Background / Contact
Carnegie Mellon University, PhD, Heinz College School of Information Systems & Management
Jointly advised by Professors Daniel Neill, Beibei Li, and Vibhanshu Abhishek
Stanford University,
BS, Mathematical and Computational Sciences (MCS)
BA, Economics, Stanford University
In my undergraduate, I studied economics and policy, particularly around climate policy and energy markets.

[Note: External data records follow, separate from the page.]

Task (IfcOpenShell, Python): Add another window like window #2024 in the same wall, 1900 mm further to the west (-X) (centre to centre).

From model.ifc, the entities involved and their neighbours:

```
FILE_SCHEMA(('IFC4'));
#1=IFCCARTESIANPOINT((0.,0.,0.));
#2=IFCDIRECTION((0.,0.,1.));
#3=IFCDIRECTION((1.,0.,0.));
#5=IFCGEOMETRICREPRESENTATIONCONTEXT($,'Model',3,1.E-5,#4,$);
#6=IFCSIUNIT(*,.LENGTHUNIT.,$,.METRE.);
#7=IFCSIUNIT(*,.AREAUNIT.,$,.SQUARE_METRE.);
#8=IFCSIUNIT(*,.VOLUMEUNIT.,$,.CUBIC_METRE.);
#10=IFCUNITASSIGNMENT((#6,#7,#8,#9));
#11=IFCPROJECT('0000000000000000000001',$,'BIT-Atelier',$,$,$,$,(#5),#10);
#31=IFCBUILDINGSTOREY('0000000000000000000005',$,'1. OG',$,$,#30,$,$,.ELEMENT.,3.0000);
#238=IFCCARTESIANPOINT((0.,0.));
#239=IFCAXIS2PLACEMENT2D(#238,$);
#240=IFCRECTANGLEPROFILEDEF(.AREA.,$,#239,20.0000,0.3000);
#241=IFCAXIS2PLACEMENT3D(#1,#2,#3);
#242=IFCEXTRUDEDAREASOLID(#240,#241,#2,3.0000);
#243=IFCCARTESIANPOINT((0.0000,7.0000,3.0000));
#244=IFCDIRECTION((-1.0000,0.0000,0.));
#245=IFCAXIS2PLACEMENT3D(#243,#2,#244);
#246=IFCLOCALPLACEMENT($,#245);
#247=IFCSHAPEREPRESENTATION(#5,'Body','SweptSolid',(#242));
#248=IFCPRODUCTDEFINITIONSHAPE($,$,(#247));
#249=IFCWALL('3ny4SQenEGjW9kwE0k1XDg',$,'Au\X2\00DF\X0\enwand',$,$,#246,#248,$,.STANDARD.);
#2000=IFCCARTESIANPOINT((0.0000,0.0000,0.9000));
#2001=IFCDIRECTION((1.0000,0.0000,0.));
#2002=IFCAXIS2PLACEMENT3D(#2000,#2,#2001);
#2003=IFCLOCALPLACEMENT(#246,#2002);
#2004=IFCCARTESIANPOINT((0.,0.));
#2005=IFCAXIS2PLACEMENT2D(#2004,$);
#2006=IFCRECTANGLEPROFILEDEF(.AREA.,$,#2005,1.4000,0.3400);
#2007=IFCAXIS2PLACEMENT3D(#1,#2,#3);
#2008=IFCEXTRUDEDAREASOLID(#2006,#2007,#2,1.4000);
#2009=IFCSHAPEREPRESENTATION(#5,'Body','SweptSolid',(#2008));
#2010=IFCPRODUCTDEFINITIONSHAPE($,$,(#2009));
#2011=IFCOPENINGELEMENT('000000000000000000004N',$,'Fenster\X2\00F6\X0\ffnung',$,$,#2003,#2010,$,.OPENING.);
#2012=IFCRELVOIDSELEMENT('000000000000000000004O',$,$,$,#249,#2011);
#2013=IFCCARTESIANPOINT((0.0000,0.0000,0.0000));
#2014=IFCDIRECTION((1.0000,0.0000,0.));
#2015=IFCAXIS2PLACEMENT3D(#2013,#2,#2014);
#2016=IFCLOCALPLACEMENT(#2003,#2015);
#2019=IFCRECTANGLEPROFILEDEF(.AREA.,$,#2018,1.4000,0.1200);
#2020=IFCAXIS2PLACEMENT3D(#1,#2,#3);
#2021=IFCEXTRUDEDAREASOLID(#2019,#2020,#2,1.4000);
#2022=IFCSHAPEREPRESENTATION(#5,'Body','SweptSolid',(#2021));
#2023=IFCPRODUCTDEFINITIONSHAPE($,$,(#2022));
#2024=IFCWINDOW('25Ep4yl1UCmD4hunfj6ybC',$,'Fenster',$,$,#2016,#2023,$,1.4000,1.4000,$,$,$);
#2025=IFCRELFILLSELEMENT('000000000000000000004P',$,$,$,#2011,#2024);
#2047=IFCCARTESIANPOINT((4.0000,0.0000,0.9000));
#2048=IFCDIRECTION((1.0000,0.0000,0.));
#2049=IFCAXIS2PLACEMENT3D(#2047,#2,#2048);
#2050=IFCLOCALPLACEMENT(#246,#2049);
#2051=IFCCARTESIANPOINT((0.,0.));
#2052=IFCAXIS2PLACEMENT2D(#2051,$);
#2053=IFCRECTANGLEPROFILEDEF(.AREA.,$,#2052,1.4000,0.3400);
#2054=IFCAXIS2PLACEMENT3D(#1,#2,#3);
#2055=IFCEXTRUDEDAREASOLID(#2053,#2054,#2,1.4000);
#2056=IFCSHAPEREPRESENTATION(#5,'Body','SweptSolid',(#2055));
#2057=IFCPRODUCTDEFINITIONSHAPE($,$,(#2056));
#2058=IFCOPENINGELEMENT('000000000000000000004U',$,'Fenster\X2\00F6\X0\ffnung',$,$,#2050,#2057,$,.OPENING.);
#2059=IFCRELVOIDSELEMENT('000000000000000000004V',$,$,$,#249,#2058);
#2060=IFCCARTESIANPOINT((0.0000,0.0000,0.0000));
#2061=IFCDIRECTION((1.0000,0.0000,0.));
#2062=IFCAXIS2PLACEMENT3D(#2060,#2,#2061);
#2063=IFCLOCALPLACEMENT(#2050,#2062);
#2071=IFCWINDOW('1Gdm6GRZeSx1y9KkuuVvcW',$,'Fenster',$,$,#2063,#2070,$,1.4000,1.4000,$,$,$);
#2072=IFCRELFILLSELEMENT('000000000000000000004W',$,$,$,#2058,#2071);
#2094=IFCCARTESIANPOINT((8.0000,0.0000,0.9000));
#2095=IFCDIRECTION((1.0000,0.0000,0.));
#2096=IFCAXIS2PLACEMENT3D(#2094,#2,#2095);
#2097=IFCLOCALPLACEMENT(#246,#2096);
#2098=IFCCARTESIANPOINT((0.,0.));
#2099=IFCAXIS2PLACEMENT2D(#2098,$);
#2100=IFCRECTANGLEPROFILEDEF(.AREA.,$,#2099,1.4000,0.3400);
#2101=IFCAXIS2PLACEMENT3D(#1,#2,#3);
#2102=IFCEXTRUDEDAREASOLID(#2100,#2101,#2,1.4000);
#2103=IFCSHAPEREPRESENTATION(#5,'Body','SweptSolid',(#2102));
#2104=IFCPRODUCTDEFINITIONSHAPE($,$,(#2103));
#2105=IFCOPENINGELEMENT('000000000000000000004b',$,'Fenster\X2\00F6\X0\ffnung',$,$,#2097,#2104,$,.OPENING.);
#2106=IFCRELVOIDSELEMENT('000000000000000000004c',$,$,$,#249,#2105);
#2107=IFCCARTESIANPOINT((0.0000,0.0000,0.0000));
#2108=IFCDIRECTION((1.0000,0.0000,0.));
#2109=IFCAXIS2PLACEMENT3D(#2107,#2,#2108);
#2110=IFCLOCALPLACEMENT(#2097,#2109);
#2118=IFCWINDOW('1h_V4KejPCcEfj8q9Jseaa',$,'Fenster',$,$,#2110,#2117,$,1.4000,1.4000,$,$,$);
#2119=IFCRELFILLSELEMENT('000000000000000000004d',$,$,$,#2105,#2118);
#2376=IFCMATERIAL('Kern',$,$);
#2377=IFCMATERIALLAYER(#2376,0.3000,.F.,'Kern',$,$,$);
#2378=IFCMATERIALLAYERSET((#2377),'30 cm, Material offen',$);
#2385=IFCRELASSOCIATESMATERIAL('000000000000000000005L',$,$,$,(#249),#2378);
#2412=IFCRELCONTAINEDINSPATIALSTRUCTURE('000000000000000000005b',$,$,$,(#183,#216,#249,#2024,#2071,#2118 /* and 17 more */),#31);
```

```python
import ifcopenshell
import ifcopenshell.api.feature
import ifcopenshell.api.geometry
import ifcopenshell.api.root
import ifcopenshell.geom
import ifcopenshell.util.element
import ifcopenshell.util.placement
import ifcopenshell.util.shape

model = ifcopenshell.open("model.ifc")
settings = ifcopenshell.geom.settings()


def volume(element):
    """Net volume in cubic metres, openings subtracted."""
    shape = ifcopenshell.geom.create_shape(settings, element)
    return ifcopenshell.util.shape.get_volume(shape.geometry)


window = model.by_guid("25Ep4yl1UCmD4hunfj6ybC")
opening = window.FillsVoids[0].RelatingOpeningElement
wall = opening.VoidsElements[0].RelatingBuildingElement
before = volume(wall)
shift = ifcopenshell.util.placement.get_local_placement(wall.ObjectPlacement)[:3, 0] * 1.9

# copy_class copies the void relationship, type, container and properties, but no geometry.
new_opening = ifcopenshell.api.root.copy_class(model, product=opening)
new_opening.Representation = ifcopenshell.util.element.copy_deep(
    model, opening.Representation, exclude=["IfcGeometricRepresentationContext", "IfcRepresentationMap"]
)
new_window = ifcopenshell.api.root.copy_class(model, product=window)
new_window.Representation = ifcopenshell.util.element.copy_deep(
    model, window.Representation, exclude=["IfcGeometricRepresentationContext", "IfcRepresentationMap"]
)
ifcopenshell.api.feature.add_filling(model, opening=new_opening, element=new_window)

for old, new in ((opening, new_opening), (window, new_window)):
    matrix = ifcopenshell.util.placement.get_local_placement(old.ObjectPlacement)
    matrix[:3, 3] += shift
    ifcopenshell.api.geometry.edit_object_placement(model, product=new, matrix=matrix, is_si=False)

after = volume(wall)

print(f"wall volume {before:.3f} -> {after:.3f} m3")

model.write("model_edited.ifc")
```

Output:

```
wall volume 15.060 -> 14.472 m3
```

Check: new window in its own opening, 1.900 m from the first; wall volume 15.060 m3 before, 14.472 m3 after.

After my undergraduate, I spent some time continuing economics research on coal markets and the behavioral impact of pricing structure in electricity, and also spent time as a researcher at the Natural Resources Defense Council and Union of Concerned Scientists nonprofits. I came to Carnegie Mellon to pursue my PhD using multiple disciplines including computer science and economics. I grew up in the Berkeley, CA area.
During my PhD, I have spent time as a part-time Data Creative staff at DataKind in NYC, NY, providing data science project brainstorming for potential partner organizations. I also was a 2016 Fellow at the Data Science for Social Good Summer Fellowship (DSSG) in Chicago, IL. There I worked on an interpretable prediction project for education support services.